I wonder if anyone else who regularly plays an electric guitar in different venues, has the problem I have ... the hearing aid induction loop is picked up by the pickups in the electric guitar and is amplified by the guitar amp. This amplified sound is then picked up by the mikes, amplified and fed into the hearing aid loop, causing a "howl-round" or feedback situation. With the hearing aid loop running right round the building it is very hard to get away from it.
A guitar pickup is a coil of wire with a permanent magnet inside it. The steel strings move in the magnetic field and generate an alternating current in the coil. The trouble is that any alternating magnetic fields will also be picked up by the coil and amplified. The usual problems are caused by hum fields around the mains transformer in the guitar amp, but a lot of halls and churches now have induction loops that provide a signal for people with hearing aids that work on the same principle.
Now the obvious solution is to use a "humbucking" pickup. This type of guitar pickup has two coils, wound in opposite directions, and wired in series, so that any background magnetism is cancelled out. One coil has a magnet running north-south, the other is south-north so the signal from the guitar strings is in-phase and adds together. It is the perfect solution, background hum is cancelled and the wanted signal is doubled.
I blogged about it a few weeks ago. It looks very similar to a Fender Precision Bass, and, since 1957, these instruments have been fitted with a pair of pickups wired in a humbucking configuration. Wikipedia page about the Fender Precision Bass
So what's going on? Why do I have such problems with my bass?
Replacement pickups are available for a few tens of pounds, but if I changed them, how would I know whether the problem was solved? I need some way of exposing the guitar to a magnetic field like the one from the hearing aid loop, in a controlled way, so that some comparisons can be made.
I did some reading about hearing aid loops, and they have to meet certain standards (BS7594 / IEC60118-4). They are designed to produce a field strength of 100mA/m. They have compression circuits to keep the field strength within that range even when the person speaking into the microphone varies their volume. So 100mA/m looks like the field-strength to aim for.
I decided to make a Helmholtz Coil. Wikipedia Page about Helmholtz Coils
This sort of apparatus looks like a pair of hoops. When fed with a current (d.c. or a.c) the coils produce a uniform field in the space between the two coils. It is also possible to do a sum, based on the number of turns of wire, the diameter of the coil and the current flowing trough it, to work out the exact strength of the field inside.

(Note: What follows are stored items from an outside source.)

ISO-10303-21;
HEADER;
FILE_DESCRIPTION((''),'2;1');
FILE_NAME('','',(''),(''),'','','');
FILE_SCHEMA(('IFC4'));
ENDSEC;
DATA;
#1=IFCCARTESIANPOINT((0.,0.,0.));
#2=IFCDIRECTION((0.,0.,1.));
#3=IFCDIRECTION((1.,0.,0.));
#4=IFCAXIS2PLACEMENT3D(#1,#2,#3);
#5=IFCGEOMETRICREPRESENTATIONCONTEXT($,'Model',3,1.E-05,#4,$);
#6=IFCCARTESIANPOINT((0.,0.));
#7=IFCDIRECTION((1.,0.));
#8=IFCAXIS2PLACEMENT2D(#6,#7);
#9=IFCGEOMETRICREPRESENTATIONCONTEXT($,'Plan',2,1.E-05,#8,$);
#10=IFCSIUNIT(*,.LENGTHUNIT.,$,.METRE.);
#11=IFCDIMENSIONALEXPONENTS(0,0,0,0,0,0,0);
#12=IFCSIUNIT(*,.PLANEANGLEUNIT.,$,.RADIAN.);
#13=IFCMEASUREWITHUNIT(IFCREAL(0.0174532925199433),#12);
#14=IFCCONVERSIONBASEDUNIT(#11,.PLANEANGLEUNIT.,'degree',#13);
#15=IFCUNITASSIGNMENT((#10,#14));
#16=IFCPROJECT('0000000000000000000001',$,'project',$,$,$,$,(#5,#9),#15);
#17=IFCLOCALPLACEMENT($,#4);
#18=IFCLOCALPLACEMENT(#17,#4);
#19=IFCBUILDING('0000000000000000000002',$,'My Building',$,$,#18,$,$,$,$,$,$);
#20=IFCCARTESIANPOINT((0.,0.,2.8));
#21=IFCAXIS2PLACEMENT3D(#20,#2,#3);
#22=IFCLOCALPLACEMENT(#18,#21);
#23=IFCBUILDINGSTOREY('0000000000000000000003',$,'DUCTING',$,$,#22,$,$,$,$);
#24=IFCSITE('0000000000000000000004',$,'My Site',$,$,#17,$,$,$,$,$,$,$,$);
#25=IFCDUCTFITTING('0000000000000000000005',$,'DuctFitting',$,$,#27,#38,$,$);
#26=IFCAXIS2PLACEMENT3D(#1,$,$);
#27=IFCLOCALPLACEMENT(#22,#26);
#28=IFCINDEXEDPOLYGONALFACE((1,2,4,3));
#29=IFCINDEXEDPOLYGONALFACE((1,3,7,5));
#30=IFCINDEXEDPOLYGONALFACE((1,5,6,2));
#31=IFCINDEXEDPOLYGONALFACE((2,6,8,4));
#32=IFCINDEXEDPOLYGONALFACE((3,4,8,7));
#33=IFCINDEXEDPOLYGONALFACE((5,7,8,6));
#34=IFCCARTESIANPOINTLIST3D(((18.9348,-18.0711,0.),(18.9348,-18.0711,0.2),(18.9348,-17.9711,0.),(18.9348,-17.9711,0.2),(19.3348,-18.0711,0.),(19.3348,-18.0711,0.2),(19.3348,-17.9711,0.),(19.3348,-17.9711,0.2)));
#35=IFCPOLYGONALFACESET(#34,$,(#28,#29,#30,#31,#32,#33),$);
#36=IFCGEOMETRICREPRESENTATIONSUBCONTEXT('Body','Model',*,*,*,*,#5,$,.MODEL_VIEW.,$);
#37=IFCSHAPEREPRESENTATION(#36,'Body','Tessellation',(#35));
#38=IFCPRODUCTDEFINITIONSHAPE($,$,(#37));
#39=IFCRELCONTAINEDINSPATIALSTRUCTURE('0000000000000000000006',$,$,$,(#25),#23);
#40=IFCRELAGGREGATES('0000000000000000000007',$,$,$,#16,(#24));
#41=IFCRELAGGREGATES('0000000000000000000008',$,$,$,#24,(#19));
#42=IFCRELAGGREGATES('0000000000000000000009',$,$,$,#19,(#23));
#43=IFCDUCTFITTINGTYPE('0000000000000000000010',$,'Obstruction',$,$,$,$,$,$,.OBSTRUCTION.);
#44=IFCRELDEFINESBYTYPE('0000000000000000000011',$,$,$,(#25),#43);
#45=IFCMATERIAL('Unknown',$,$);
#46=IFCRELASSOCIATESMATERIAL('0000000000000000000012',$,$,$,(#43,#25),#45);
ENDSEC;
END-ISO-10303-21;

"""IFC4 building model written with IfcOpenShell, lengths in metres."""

from ifc_helpers import new_model, entity, si_unit, converted_unit, frame, origin_with_axes, origin_2d_with_axis, place, context, subcontext, project, spatial, rectangle, extrude, material, material_profile, profile_set, profile_usage, type_object, element, save


model = new_model("IFC4")

# Units and contexts
model_context = context("Model", 3, precision=1e-05, world=origin_with_axes())
plan_context = context("Plan", 2, precision=1e-05, world=origin_2d_with_axis())
body_context = subcontext(model_context, "Body", "Model", "MODEL_VIEW")
ifc_project = project(units=[si_unit("LENGTHUNIT", "METRE"), converted_unit("PLANEANGLEUNIT", "degree", entity("IfcReal", 0.0174532925199433), si_unit("PLANEANGLEUNIT", "RADIAN"), dimensions=[0, 0, 0, 0, 0, 0, 0])], contexts=[model_context, plan_context])

# Site, building, storey
site_placement = place(None, origin_with_axes())
site = spatial("IfcSite", under=ifc_project, at=site_placement, Name="My Site")
building_placement = place(site_placement, origin_with_axes())
building = spatial("IfcBuilding", under=site, at=building_placement, Name="My Building")
storey_placement = place(building_placement, frame((0.0, 0.0, 2.8), z_axis=(0.0, 0.0, 1.0), x_axis=(1.0, 0.0, 0.0)))
storey = spatial("IfcBuildingStorey", under=building, at=storey_placement, Name="DUCTING")

# Shared definitions
ifc_material = material(Name="Unknown")

# Duct fitting
ifc_material_profile_1 = material_profile(ifc_material, rectangle(XDim=0.4, YDim=0.2))
ifc_profile_set_1 = profile_set([ifc_material_profile_1])
duct_fitting_type_1 = type_object("IfcDuctFittingType", Name="Obstruction", PredefinedType="OBSTRUCTION", material=ifc_profile_set_1)
ifc_profile_usage_1 = profile_usage(ifc_profile_set_1, cardinal=5)
duct_fitting_1_placement = place(storey_placement, frame((19.1348, -17.9711, 0.1), z_axis=(0.0, -1.0, 0.0), x_axis=(1.0, 0.0, 0.0)))
element("IfcDuctFitting", 1, at=duct_fitting_1_placement, inside=storey, type_object=duct_fitting_type_1, material=ifc_profile_usage_1, Name="DuctFitting", context=body_context, shape_type="SweptSolid", body=[
    extrude(rectangle(XDim=0.4, YDim=0.2), origin_with_axes(), (0.0, 0.0, 1.0), 0.1),
])

save(model, "model.ifc")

The equation above looks a bit scary, but it turns out that if we want to calculate the field in terms of mA/m we can leave out the permeability, and the 4/5ths raised to the power of 3/2 works out to be 0.71554.
True RMS Multimeter across the resistor. By ohms law, 1mA produces a voltage of 100mV across the resistor.
But I'm getting ahead of myself, I need to make a former to wind the wire on ...
Then I wound the 53 turns of wire on the former. To make this easier I found an old plastic pill-pot which was an exact fit in the centre hole of the wooden disk. I could use that as an axle to rotate the disk around. I set up the spool of wire on a big screwdriver in a vice so that it would dispense wire freely. I made a mark on the wooden disk so I could count the turns. I used 0.56mm dia. enamelled copper wire - but almost any type of wire would suffice.
The photo below shows the final set up with a guitar in the coils. the Levell oscillator is feeding an a.c. signal into the coils and the meter is used first to set the current to 1mA (100mV across the 100 ohm resistor) and then to measure the output from the guitar pickups.
As long as the frequency is below 1kHz, the meter reads very accurately. If I wanted to look at how the pickups performed at higher frequencies, I would need to use an oscilloscope or a different kind of meter.
So what do the results show?
The black-coloured guitar is a useful comparison because it has hum-bucking pickups in bridge and neck positions and a single coil pickup in the middle. I measured the output of the guitars at three different frequencies, 50Hz, 100Hz (mains hum frequencies) and at 800Hz, more representative of a hearing aid loop. On the black guitar the humbucking pickups had almost no signal at any frequency - and the background hum (with the oscillator switched off) was low too. The middle, single coil pickup picked up the Helmholtz signal quite strongly giving an output of about 10mV at 800Hz. But the output from the bass was twice as strong with over 20mV. So clearly the bass pickups are behaving like single coil pickups - not humbuckers.
E string 89.9mV
A string 57.7mV
D string 56.8mV
G string 80.8mV.
This may seem a bit over the top, but I want to be able to compare the outputs of different pickups. You will see that 20mV is about the quarter of the output of the guitar when a string is plucked. A most unacceptable level of background signal.
The reason that the bass guitar picked up more signal from the Helmholtz coils maybe because the pickups are physically bigger. The signal output is proportional to the area of magnetic flux which the coil encloses, so a larger diameter coil will have more magnetic field lines passing through it.
So the next step is to get some new pickups and see how they perform.